ACTIVITY:
Go through the entries below and say how many lines hold the word "LENGTHUNIT". Nothing else is needed.

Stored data

•••••

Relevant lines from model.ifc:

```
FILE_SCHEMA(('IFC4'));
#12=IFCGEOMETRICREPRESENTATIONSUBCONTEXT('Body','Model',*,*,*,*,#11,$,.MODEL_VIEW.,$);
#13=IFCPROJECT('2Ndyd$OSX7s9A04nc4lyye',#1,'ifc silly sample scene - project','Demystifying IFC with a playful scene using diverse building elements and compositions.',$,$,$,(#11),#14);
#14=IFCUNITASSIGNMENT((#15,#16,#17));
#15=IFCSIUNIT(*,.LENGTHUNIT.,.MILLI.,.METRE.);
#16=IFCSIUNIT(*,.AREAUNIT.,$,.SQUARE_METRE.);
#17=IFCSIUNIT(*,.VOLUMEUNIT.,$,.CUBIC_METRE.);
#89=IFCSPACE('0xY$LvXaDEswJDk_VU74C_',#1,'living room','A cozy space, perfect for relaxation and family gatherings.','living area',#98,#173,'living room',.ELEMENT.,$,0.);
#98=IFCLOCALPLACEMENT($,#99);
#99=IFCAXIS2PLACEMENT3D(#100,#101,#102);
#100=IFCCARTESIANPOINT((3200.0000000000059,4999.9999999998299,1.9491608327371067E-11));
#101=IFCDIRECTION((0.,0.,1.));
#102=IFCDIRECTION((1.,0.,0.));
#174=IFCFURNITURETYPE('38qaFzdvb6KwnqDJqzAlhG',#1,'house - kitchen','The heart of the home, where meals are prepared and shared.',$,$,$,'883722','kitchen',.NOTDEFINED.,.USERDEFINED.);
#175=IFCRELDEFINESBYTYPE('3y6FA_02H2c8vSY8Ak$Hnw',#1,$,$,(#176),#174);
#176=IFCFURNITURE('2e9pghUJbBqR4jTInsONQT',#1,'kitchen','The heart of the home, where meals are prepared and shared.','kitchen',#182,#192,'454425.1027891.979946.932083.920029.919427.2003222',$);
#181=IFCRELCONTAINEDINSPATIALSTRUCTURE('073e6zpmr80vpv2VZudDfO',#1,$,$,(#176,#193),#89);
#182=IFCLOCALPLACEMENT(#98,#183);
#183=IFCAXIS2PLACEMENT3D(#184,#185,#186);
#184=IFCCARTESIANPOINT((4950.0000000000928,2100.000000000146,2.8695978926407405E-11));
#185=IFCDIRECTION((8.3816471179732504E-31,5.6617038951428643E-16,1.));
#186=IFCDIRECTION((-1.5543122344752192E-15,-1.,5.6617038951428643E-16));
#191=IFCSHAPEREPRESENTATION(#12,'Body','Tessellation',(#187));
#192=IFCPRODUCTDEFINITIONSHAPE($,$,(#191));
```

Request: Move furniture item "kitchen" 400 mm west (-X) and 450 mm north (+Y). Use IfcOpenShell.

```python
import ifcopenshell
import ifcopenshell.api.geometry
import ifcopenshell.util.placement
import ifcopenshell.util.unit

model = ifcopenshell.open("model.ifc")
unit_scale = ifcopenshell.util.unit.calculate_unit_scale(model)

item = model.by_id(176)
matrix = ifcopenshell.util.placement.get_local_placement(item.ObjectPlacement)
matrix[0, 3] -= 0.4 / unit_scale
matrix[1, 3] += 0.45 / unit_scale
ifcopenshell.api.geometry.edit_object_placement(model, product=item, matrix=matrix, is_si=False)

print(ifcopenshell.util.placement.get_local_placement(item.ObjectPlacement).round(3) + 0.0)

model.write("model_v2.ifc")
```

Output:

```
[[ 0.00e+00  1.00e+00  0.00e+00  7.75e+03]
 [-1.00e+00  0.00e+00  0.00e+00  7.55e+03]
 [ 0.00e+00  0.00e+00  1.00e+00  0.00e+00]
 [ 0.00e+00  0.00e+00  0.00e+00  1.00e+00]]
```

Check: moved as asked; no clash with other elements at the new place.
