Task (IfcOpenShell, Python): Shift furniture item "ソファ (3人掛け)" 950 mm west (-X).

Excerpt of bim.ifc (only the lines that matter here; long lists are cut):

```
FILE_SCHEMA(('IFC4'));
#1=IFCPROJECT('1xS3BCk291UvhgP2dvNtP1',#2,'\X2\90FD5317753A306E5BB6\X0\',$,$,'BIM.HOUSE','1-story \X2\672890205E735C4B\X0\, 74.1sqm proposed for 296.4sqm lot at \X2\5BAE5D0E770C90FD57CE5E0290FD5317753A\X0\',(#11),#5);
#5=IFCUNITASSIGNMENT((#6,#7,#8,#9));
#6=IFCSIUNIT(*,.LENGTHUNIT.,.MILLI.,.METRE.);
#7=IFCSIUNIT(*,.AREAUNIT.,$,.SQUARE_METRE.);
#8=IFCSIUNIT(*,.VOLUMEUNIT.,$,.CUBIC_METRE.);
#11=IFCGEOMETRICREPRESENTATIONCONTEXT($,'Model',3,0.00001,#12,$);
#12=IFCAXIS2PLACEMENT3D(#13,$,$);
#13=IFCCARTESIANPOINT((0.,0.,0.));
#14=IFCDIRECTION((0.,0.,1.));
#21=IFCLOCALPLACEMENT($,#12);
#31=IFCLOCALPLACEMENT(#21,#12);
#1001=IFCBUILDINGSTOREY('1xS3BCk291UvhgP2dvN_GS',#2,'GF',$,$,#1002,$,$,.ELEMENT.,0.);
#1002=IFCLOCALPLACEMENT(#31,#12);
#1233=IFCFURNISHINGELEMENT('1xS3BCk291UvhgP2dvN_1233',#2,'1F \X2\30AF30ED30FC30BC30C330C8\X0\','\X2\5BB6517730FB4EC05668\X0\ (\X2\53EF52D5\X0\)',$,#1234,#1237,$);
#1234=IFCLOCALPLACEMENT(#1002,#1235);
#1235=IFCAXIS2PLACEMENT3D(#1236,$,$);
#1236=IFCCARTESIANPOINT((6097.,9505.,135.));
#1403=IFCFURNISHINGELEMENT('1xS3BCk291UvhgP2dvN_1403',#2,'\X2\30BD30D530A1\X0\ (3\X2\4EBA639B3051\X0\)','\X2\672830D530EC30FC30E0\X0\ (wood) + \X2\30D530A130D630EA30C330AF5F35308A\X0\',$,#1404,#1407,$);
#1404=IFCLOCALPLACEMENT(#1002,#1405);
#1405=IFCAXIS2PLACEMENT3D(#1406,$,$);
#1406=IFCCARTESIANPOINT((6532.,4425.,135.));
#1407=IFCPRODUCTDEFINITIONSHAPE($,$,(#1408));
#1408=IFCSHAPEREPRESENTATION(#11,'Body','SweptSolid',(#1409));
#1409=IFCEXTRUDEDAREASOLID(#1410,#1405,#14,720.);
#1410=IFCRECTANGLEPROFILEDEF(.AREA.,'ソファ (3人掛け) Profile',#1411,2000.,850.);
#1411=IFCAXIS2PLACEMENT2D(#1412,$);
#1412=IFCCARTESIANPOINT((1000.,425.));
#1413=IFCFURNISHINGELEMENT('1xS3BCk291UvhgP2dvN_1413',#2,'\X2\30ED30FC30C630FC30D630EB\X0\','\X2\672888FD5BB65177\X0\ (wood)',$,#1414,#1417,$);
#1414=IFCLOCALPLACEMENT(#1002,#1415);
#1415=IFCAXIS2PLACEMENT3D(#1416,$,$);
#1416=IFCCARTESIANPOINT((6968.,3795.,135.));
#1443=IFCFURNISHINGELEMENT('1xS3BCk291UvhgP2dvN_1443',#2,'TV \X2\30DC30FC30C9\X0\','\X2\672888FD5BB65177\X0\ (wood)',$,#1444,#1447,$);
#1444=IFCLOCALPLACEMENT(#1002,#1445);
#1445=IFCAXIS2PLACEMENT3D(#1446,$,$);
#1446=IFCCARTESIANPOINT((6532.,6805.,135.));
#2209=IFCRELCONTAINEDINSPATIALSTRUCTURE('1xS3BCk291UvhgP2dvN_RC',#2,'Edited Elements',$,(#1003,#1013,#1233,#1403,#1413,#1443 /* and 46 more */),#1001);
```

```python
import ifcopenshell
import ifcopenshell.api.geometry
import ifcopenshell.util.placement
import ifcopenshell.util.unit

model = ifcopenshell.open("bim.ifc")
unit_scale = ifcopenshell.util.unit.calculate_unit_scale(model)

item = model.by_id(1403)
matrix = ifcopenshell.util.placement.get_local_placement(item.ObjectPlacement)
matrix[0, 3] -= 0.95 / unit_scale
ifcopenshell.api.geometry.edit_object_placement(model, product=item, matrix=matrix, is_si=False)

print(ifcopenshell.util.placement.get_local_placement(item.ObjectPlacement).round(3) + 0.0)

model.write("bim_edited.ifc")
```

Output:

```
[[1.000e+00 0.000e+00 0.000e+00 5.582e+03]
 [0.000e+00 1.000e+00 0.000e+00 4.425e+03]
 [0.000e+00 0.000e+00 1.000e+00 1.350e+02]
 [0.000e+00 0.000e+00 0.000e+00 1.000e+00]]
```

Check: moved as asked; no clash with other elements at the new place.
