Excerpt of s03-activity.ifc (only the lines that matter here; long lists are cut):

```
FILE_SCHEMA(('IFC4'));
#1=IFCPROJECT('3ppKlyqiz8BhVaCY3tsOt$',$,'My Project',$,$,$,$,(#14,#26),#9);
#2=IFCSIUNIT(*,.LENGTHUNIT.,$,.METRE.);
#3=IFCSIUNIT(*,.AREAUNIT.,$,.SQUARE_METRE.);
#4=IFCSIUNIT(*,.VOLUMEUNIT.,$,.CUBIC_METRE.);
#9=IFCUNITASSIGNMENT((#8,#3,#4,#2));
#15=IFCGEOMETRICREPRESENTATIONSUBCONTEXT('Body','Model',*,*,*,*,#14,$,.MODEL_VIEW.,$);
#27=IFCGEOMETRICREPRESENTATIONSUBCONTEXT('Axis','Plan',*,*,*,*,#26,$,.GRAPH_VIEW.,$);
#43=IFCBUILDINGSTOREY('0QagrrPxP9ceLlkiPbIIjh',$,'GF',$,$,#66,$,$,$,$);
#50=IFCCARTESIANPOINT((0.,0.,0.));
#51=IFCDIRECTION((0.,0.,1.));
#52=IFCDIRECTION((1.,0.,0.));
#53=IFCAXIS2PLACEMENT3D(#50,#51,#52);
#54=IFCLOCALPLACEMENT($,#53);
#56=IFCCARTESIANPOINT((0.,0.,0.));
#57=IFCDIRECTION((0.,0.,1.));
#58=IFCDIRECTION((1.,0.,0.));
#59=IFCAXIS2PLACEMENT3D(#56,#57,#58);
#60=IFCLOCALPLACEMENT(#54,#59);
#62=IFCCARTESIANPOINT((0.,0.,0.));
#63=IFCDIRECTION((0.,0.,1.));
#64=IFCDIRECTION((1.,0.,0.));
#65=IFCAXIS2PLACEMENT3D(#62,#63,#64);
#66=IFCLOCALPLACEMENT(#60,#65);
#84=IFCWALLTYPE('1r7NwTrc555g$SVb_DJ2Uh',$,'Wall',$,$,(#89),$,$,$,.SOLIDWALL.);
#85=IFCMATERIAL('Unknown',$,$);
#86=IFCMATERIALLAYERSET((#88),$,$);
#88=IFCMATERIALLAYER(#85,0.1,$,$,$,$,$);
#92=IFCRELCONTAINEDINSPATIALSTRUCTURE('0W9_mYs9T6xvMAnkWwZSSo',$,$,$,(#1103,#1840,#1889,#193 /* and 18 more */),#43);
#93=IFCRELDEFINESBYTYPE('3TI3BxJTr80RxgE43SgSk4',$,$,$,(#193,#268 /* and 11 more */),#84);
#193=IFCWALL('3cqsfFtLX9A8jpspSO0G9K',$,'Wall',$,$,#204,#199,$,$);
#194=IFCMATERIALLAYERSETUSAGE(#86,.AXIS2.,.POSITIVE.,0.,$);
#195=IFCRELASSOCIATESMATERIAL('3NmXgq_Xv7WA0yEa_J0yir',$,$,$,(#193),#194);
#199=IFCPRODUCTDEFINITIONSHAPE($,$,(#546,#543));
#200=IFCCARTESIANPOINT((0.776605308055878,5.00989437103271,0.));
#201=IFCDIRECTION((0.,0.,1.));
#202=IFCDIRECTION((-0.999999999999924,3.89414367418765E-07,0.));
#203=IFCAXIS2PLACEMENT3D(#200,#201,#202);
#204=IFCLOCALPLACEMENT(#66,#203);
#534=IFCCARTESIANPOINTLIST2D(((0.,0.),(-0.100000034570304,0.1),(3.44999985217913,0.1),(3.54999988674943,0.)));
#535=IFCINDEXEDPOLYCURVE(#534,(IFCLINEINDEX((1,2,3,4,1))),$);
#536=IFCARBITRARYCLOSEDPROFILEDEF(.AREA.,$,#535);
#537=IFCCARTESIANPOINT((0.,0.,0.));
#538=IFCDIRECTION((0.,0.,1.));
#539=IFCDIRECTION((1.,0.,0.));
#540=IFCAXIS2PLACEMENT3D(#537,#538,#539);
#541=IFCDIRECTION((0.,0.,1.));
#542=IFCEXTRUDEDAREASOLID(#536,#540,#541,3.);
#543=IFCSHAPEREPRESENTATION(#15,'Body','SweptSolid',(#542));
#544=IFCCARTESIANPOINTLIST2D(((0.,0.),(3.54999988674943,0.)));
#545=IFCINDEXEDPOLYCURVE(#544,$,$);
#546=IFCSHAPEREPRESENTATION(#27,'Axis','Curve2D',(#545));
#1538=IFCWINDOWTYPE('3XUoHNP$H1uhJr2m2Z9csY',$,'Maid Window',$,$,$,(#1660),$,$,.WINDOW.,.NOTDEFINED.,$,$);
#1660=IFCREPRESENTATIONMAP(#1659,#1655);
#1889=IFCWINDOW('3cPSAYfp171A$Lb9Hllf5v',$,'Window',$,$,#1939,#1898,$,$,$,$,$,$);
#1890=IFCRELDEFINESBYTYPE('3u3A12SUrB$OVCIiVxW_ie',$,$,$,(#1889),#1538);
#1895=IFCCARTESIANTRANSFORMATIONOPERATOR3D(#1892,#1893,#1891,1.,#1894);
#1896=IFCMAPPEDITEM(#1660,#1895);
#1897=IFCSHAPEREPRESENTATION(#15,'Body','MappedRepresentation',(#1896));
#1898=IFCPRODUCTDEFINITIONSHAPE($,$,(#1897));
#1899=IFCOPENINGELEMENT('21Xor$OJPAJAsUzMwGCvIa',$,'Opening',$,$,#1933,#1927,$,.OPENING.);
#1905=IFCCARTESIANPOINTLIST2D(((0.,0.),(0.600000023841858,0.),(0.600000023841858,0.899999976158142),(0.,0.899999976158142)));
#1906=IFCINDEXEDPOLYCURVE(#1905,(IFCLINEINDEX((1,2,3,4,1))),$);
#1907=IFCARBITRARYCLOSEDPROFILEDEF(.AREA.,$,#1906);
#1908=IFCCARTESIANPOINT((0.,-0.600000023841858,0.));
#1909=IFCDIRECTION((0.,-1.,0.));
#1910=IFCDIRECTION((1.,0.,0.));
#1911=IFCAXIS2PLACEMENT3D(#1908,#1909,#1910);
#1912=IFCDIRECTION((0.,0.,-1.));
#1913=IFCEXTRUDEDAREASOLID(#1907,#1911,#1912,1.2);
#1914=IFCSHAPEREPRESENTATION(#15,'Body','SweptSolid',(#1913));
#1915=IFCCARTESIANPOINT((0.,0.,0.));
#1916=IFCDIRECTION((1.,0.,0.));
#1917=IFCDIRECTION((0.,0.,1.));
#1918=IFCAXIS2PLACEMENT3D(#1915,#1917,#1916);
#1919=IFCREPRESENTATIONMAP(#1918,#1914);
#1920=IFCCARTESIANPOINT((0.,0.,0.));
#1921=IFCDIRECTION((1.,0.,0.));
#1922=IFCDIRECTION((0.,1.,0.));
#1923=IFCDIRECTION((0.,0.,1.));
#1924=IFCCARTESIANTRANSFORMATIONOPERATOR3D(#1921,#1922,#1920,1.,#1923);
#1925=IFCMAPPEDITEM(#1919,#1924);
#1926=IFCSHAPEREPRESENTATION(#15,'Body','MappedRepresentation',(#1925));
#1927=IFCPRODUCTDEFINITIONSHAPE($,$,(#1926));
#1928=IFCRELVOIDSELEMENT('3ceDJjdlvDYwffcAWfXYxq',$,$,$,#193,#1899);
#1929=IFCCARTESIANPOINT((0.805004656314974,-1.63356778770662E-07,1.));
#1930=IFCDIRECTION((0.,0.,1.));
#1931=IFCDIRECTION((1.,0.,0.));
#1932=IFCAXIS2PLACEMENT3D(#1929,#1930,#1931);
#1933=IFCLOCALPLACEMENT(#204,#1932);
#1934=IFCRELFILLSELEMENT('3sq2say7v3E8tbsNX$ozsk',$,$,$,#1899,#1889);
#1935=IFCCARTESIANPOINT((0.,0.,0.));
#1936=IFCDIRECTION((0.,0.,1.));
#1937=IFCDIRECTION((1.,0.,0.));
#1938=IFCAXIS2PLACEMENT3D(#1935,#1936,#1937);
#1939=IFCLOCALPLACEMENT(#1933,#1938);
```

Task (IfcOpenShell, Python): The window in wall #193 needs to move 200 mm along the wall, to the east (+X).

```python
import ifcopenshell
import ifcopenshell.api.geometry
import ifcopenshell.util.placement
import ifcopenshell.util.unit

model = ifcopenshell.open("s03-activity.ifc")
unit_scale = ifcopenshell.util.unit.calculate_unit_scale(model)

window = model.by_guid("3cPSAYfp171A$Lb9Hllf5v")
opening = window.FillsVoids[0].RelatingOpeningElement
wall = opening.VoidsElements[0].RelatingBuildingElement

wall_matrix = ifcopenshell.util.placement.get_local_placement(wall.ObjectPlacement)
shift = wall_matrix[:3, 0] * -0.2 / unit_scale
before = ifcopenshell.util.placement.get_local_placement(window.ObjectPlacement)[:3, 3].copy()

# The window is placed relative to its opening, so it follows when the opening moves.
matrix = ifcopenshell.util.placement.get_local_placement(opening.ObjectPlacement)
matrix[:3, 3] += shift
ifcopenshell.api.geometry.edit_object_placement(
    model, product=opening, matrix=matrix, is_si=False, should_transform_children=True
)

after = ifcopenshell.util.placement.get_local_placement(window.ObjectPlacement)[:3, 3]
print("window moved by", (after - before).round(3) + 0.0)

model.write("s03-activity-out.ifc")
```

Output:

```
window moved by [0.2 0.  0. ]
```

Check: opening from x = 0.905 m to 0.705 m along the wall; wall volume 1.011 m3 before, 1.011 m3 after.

•••••

EXERCISE ANSWER:
3